WHAT TO DO ▸
Please work out how many lines in the data below hold the word "SOLIDWALL", and state only the number.

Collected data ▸
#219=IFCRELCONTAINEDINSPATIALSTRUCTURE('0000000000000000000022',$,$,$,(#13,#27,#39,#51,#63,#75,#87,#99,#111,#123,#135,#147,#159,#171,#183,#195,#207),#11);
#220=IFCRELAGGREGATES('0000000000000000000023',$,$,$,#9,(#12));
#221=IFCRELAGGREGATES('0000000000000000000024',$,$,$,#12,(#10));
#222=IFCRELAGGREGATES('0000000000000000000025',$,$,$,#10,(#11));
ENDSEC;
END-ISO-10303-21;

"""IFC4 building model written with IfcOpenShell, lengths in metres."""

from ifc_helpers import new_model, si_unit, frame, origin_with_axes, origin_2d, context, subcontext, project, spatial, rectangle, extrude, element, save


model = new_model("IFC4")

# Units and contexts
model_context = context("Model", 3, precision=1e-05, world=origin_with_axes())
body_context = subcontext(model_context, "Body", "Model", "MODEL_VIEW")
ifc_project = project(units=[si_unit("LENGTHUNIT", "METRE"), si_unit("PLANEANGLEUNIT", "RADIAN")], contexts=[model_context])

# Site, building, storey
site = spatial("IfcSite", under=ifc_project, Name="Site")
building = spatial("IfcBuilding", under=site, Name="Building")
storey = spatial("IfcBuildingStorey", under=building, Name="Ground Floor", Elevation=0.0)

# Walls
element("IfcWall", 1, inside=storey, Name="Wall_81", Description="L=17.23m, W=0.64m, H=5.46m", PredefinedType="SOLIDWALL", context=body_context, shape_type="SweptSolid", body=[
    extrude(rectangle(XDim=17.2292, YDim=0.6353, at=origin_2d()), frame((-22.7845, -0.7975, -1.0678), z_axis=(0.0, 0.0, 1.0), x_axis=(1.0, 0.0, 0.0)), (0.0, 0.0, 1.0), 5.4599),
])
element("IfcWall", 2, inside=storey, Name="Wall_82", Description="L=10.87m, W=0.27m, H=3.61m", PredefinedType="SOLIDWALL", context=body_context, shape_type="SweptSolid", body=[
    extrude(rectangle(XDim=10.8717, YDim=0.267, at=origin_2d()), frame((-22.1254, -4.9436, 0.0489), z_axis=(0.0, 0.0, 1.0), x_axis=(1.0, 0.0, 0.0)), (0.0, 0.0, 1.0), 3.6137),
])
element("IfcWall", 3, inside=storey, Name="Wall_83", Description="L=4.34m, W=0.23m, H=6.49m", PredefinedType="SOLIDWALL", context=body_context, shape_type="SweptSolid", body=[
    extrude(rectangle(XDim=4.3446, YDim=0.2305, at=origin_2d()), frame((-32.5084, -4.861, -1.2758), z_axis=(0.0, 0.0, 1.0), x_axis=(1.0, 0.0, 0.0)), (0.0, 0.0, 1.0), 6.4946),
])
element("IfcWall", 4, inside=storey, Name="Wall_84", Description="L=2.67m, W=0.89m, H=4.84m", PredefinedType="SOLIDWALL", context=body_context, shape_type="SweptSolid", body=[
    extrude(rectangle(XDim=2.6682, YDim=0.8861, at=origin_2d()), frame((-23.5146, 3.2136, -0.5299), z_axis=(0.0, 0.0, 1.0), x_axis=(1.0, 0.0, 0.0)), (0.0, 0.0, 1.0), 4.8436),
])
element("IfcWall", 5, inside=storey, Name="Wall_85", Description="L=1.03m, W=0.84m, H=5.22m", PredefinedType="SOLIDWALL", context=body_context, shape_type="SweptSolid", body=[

RESULT OF THE TASK ▸
5